Anonymizer-4b / README.md
QomSSLab's picture
Upload README.md with huggingface_hub
61a7c74 verified
---
language: fa
library_name: transformers
tags:
- anonymization
- legal
- privacy
- llm
- iranian-legal
- persian
datasets:
- QomSSLab/Anonymized_Cases
pipeline_tag: text-generation
inference: false
---
# QomSSLab/Anonymizer-4b
**QomSSLab/Anonymizer-4b** is a fine-tuned [Gemma 3 4B](https://huggingface.co/google/gemma-3b) model designed to anonymize Persian legal texts by masking or replacing all personally identifiable information (PII). It is trained on the [`QomSSLab/Anonymized_Cases`](https://huggingface.co/datasets/QomSSLab/Anonymized_Cases) dataset.
## 💡 Use Cases
- Data privacy for legal document processing.
- Preprocessing step for building publicly shareable Persian legal corpora.

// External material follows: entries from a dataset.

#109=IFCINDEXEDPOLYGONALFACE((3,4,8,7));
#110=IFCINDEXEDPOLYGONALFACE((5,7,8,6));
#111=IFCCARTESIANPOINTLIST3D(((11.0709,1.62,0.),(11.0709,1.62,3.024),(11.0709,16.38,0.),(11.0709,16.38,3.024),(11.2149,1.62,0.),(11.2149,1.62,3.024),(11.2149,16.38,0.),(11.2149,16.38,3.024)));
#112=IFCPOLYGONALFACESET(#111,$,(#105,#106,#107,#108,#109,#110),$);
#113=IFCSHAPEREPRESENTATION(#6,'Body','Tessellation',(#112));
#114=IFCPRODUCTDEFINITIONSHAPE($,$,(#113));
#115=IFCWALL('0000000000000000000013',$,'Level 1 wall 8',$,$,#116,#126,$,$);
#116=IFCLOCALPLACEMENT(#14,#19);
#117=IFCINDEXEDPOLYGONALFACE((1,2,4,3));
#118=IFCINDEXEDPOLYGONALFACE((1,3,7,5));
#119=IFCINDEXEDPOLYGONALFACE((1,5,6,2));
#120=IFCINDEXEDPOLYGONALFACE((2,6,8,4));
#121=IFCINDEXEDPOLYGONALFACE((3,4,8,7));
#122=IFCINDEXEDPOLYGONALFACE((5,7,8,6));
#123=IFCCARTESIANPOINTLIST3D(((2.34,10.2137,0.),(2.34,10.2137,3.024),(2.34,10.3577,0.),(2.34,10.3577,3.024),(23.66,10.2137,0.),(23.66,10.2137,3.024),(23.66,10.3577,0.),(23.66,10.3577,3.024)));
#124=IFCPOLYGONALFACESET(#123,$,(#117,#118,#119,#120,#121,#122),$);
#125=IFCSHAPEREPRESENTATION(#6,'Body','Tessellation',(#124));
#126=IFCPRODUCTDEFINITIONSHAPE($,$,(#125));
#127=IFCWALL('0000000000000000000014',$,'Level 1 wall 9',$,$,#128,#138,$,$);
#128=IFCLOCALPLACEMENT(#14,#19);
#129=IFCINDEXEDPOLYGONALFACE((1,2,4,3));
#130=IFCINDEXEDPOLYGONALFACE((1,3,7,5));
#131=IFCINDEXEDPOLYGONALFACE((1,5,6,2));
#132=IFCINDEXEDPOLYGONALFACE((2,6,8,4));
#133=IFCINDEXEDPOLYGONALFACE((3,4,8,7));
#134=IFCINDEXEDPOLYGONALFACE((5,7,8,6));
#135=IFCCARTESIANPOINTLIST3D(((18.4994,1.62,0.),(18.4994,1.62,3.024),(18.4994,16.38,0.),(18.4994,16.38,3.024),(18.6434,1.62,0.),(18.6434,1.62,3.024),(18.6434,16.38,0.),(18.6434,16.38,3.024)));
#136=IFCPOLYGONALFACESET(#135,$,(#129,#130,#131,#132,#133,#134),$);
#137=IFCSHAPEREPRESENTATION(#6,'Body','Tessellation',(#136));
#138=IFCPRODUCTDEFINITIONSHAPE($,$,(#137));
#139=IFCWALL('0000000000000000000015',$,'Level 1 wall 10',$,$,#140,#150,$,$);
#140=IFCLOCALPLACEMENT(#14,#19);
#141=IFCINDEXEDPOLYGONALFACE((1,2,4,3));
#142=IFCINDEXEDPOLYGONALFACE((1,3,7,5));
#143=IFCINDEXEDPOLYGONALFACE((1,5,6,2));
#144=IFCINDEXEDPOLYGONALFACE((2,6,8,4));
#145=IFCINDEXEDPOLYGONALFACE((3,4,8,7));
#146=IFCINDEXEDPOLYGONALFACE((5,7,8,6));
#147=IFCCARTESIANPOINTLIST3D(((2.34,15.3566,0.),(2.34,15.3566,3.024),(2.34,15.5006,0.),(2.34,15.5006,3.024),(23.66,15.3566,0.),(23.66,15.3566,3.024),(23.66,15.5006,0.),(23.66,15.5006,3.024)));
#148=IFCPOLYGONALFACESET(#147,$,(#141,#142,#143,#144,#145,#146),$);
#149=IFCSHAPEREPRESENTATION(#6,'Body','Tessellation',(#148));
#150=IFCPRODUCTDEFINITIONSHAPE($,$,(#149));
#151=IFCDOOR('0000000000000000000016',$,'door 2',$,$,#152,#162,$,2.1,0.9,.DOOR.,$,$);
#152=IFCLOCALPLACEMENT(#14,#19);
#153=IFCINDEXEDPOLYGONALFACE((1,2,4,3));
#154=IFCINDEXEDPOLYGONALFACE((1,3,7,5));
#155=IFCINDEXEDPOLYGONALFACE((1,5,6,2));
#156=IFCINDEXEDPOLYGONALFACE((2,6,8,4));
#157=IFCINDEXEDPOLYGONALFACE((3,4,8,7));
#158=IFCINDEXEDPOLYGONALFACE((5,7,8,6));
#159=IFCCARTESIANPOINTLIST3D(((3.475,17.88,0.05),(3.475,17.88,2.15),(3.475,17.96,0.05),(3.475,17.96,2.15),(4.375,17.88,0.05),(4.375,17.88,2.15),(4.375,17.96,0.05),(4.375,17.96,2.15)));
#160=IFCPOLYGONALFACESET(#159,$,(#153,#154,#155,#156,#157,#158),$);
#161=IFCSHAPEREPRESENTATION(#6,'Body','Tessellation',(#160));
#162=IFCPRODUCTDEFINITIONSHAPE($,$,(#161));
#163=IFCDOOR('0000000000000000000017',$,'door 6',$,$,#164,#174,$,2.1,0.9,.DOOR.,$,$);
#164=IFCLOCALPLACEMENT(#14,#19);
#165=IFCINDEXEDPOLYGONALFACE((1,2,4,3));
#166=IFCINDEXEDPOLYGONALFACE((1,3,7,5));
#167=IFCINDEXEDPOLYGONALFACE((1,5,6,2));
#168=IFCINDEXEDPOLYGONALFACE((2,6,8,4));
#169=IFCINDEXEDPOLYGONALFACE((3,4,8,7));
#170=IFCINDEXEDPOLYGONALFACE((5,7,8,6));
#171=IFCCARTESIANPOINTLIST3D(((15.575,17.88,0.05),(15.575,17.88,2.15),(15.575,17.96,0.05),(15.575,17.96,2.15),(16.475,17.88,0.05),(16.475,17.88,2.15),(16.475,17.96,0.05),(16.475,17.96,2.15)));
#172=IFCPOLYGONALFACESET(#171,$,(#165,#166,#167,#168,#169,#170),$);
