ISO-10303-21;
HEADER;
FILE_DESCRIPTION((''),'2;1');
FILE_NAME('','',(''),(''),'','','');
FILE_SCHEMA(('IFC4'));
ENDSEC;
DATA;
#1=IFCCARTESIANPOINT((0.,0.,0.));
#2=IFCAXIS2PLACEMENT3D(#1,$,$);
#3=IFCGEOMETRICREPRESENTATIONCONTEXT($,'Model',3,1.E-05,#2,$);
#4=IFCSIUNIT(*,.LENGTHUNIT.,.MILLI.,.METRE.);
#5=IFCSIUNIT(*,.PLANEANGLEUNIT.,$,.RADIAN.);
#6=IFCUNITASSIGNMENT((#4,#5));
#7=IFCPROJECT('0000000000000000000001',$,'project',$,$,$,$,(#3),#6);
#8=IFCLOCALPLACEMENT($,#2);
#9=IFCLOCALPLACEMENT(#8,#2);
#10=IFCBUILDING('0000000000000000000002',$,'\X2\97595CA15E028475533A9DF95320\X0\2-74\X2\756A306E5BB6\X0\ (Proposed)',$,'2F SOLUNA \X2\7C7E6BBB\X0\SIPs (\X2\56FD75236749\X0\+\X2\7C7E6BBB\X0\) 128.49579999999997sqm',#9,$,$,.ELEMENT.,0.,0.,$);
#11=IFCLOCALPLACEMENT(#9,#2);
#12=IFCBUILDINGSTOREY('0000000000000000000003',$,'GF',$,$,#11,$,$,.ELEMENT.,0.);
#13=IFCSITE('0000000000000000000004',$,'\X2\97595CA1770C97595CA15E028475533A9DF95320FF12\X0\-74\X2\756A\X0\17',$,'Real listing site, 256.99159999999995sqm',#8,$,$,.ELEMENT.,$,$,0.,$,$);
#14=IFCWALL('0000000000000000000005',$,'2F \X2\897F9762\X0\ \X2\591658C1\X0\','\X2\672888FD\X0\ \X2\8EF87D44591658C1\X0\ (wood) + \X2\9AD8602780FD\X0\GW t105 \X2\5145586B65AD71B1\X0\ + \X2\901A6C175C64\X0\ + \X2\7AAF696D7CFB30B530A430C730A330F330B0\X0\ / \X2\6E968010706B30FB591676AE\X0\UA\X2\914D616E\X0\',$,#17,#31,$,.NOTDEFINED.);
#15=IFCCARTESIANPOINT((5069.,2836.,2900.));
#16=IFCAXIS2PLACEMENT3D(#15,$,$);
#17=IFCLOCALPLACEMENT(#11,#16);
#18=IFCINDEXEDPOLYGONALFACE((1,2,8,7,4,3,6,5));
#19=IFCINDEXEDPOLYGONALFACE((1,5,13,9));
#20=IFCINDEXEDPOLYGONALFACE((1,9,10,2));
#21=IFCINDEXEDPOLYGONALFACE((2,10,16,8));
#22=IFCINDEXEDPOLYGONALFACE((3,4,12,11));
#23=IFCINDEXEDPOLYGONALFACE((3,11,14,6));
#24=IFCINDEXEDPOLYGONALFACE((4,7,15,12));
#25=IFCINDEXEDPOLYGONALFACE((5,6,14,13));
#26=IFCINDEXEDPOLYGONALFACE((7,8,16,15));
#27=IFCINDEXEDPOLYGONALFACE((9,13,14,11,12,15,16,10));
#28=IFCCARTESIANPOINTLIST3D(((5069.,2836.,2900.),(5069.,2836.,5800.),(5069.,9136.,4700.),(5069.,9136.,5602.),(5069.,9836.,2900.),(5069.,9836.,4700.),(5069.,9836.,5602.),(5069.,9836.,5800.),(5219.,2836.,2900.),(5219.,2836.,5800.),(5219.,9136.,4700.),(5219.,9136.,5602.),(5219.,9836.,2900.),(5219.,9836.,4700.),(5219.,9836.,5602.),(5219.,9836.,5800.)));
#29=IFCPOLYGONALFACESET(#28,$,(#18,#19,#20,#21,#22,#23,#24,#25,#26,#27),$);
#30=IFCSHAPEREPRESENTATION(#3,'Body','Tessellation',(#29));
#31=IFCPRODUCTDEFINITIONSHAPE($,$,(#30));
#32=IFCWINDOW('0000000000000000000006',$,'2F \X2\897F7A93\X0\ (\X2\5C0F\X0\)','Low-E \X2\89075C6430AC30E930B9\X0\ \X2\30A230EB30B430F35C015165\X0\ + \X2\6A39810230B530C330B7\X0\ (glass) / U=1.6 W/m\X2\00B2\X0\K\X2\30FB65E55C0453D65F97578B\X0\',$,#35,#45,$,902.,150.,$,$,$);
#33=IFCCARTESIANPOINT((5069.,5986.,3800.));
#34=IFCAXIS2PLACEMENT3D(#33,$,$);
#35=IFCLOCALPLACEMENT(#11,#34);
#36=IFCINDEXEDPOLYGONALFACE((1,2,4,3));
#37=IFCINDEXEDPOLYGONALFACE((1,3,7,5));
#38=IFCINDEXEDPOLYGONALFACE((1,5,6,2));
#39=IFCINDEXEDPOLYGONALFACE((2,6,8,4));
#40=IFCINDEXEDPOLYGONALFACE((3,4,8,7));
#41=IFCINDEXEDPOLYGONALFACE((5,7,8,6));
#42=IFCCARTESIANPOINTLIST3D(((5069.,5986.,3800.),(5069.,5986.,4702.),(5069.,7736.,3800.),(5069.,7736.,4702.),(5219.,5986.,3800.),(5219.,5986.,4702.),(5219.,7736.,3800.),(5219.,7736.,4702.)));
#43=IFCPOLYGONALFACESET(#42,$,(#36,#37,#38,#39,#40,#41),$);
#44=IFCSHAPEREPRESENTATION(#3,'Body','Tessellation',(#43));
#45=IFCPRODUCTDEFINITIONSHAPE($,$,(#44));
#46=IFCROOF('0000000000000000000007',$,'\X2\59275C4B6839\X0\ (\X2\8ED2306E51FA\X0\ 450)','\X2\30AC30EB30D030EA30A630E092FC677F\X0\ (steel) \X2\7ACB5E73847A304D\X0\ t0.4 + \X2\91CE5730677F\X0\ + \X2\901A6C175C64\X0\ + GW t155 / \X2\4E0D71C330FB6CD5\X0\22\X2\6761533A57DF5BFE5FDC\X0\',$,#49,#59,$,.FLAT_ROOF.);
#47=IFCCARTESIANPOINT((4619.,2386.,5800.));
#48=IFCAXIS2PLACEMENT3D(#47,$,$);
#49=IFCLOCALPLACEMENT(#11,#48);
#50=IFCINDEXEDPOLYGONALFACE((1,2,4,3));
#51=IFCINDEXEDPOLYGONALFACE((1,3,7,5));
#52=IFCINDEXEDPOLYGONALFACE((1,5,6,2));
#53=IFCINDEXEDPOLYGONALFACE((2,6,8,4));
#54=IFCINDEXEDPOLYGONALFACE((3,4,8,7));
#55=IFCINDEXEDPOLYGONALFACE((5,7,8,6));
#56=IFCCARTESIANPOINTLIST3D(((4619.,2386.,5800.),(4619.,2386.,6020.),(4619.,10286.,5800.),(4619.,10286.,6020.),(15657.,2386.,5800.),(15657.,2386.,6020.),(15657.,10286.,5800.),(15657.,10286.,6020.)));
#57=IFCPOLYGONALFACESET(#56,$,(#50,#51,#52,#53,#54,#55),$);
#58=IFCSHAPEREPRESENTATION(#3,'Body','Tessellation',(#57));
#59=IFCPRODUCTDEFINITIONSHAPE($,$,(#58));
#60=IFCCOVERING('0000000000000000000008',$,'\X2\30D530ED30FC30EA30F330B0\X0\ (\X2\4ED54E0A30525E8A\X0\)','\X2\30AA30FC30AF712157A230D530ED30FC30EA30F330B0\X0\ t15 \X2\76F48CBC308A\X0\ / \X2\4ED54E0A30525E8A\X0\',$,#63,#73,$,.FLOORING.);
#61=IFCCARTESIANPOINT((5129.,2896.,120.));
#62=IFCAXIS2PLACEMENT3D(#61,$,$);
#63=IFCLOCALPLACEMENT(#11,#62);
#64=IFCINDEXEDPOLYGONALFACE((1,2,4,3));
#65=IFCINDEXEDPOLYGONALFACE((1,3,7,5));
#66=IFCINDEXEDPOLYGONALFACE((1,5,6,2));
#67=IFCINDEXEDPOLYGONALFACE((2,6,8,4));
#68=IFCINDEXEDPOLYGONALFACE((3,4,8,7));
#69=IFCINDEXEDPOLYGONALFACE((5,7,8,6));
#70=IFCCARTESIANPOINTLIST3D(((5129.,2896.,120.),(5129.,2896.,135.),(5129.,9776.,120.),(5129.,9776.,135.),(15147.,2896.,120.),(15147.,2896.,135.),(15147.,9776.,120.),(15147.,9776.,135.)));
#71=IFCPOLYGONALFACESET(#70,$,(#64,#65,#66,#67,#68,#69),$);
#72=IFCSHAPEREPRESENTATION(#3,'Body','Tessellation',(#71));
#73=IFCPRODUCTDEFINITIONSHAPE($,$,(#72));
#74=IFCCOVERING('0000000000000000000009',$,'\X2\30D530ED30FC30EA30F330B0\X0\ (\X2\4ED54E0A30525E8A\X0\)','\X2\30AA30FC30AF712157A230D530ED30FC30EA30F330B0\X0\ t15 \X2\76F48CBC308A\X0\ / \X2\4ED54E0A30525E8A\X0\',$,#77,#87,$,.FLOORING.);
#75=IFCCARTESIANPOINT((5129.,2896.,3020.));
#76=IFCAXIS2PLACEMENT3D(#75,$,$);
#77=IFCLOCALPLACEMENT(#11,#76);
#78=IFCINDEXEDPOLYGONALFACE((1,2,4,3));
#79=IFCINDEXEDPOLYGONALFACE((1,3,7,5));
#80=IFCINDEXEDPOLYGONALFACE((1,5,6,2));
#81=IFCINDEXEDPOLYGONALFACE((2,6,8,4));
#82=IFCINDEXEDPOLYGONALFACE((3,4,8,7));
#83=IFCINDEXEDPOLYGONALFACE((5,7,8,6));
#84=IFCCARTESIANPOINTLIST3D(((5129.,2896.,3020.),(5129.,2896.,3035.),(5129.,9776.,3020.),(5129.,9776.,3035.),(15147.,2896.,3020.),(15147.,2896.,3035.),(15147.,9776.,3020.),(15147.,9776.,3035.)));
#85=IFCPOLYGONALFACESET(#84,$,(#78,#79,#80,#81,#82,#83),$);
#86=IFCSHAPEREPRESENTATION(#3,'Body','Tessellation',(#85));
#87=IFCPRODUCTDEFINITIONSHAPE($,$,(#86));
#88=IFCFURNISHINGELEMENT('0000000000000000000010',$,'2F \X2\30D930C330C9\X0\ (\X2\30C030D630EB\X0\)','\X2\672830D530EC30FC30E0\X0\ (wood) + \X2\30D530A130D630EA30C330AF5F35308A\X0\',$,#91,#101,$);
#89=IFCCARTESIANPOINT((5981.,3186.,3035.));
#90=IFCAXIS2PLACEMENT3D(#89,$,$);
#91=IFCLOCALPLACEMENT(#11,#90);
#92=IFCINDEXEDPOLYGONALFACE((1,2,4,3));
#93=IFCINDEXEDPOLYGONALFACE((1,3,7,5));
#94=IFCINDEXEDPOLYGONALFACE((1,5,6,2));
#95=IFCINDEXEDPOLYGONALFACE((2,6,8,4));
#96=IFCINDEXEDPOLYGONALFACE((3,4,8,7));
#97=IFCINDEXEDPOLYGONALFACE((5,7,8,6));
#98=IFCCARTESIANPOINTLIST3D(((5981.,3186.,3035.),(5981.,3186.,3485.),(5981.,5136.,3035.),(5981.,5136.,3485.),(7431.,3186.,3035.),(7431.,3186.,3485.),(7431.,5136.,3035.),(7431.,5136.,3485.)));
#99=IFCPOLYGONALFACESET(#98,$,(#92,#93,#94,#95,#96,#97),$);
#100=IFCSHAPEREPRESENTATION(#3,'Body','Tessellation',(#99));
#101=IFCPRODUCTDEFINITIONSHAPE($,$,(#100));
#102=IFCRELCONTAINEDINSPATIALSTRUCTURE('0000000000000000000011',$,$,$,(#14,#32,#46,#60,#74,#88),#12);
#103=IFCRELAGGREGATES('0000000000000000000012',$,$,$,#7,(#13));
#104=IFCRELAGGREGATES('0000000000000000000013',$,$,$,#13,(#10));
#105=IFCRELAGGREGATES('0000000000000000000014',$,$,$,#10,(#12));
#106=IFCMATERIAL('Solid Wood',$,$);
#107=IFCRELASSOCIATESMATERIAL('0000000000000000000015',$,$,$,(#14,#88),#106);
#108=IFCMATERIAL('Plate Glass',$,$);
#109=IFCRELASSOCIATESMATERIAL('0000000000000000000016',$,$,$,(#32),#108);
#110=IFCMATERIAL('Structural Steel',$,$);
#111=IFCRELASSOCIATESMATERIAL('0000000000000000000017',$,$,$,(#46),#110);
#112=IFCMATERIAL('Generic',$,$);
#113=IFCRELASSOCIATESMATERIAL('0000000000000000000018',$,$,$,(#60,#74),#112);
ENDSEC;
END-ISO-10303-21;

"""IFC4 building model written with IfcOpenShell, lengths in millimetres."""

from ifc_helpers import new_model, si_unit, frame, frame_2d, origin, place, context, project, spatial, rectangle, extrude, material, element, fill, save


model = new_model("IFC4")

# Units and contexts
model_context = context("Model", 3, precision=1e-05, world=origin())
ifc_project = project(units=[si_unit("LENGTHUNIT", "METRE", prefix="MILLI"), si_unit("PLANEANGLEUNIT", "RADIAN")], contexts=[model_context])

# Site, building, storey
site_placement = place(None, origin())
site = spatial("IfcSite", under=ifc_project, at=site_placement, Name="静岡県静岡市葵区鷹匠２-74番17", ObjectType="Real listing site, 256.99159999999995sqm", CompositionType="ELEMENT", RefElevation=0.0)
building_placement = place(site_placement, origin())
building = spatial("IfcBuilding", under=site, at=building_placement, Name="静岡市葵区鷹匠2-74番の家 (Proposed)", ObjectType="2F SOLUNA 籾殻SIPs (国産杉+籾殻) 128.49579999999997sqm", CompositionType="ELEMENT", ElevationOfRefHeight=0.0, ElevationOfTerrain=0.0)
storey_placement = place(building_placement, origin())
storey = spatial("IfcBuildingStorey", under=building, at=storey_placement, Name="GF", CompositionType="ELEMENT", Elevation=0.0)

# Shared definitions
ifc_material_1 = material(Name="Solid Wood")

# Shared definitions
ifc_material_2 = material(Name="Plate Glass")

# Wall, opening, window
wall_1_placement = place(storey_placement, frame((5069.0, 2836.0, 2900.0)))
wall_1 = element("IfcWall", 1, at=wall_1_placement, inside=storey, material=ifc_material_1, Name="2F 西面 外壁", Description="木製 軸組外壁 (wood) + 高性能GW t105 充填断熱 + 通気層 + 窯業系サイディング / 準耐火・外皮UA配慮", PredefinedType="NOTDEFINED", context=model_context, shape_type="SweptSolid", body=[
    extrude(rectangle(XDim=150.0, YDim=7000.0, at=frame_2d((75.0, 3500.0))), frame((5069.0, 2836.0, 2900.0)), (0.0, 0.0, 1.0), 2900.0),
])
opening_1_placement = place(storey_placement, frame((5069.0, 5986.0, 3800.0)))
opening_1 = element("IfcOpeningElement", 2, at=opening_1_placement, cuts=wall_1, PredefinedType="NOTDEFINED", context=model_context, shape_type="SweptSolid", body=[
    extrude(rectangle(XDim=150.0, YDim=1750.0, at=frame_2d((75.0, 875.0))), frame((5069.0, 5986.0, 3800.0)), (0.0, 0.0, 1.0), 902.0),
])
window_1_placement = place(storey_placement, frame((5069.0, 5986.0, 3800.0)))
window_1 = element("IfcWindow", 3, at=window_1_placement, inside=storey, material=ifc_material_2, Name="2F 西窓 (小)", Description="Low-E 複層ガラス アルゴン封入 + 樹脂サッシ (glass) / U=1.6 W/m²K・日射取得型", OverallHeight=902.0, OverallWidth=150.0, context=model_context, shape_type="SweptSolid", body=[
    extrude(rectangle(XDim=150.0, YDim=1750.0, at=frame_2d((75.0, 875.0))), frame((5069.0, 5986.0, 3800.0)), (0.0, 0.0, 1.0), 902.0),
])
fill(opening_1, window_1)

- Protecting PII in judicial NLP pipelines.
## 🧠 Model Details
- **Base Model**: Gemma 3 4B
- **Language**: Persian (Farsi)
- **Training Data**: Synthetic and real anonymized Persian legal cases.
- **Task**: Text-to-text generation (anonymization)
## 📦 Example Usage
```python
from transformers import AutoTokenizer, AutoModelForCausalLM
import torch
model = AutoModelForCausalLM.from_pretrained("QomSSLab/Anonymizer-4b", device_map="auto")
tokenizer = AutoTokenizer.from_pretrained("QomSSLab/Anonymizer-4b")
tokenizer.add_eos_token = False
messages = [
{"role": "system", "content": "You are a data privacy expert. Your task is to anonymize the following case text by removing or replacing all personally identifiable information (PII)."},
{"role": "user", "content": "پرونده‌ای درباره ازدواج بین هانیه و عبدالرحیم با اطلاعات هویتی متعدد..."}
]
prompt = tokenizer.apply_chat_template(messages, tokenize=False, add_generation_prompt=True, add_special_tokens=False)
inputs = tokenizer([prompt], return_tensors="pt", add_special_tokens=False).to("cuda")
outputs = model.generate(
**inputs,
max_new_tokens=400,
temperature=0.1,
top_p=0.95,
top_k=64,
disable_compile=True
)
anonymized_text = tokenizer.decode(outputs[0][inputs['input_ids'].shape[1]:], skip_special_tokens=True)
print(anonymized_text)
```
## 📊 Evaluation
The model was evaluated qualitatively on a diverse collection of Persian legal documents. It effectively identifies and anonymizes a range of personally identifiable information (PII), including:
- Full names
- National IDs
- Addresses
- Dates of birth
- Case numbers
- Geographic locations
The model is particularly well-suited for preprocessing court cases for research, public data release, or downstream tasks like summarization and classification while preserving privacy.
### Limitations
- May occasionally miss rare or out-of-distribution PII formats.
- Not guaranteed to anonymize very short or extremely noisy texts.
- Trained primarily on formal legal language; performance may degrade on informal Persian.
## 📁 Dataset
This model was fine-tuned on the [`QomSSLab/Anonymized_Cases`](https://huggingface.co/datasets/QomSSLab/Anonymized_Cases) dataset, which includes manually and synthetically anonymized court documents and legal filings in Persian. The dataset contains a mix of real and simulated entities, helping the model generalize across varied legal formats and writing styles.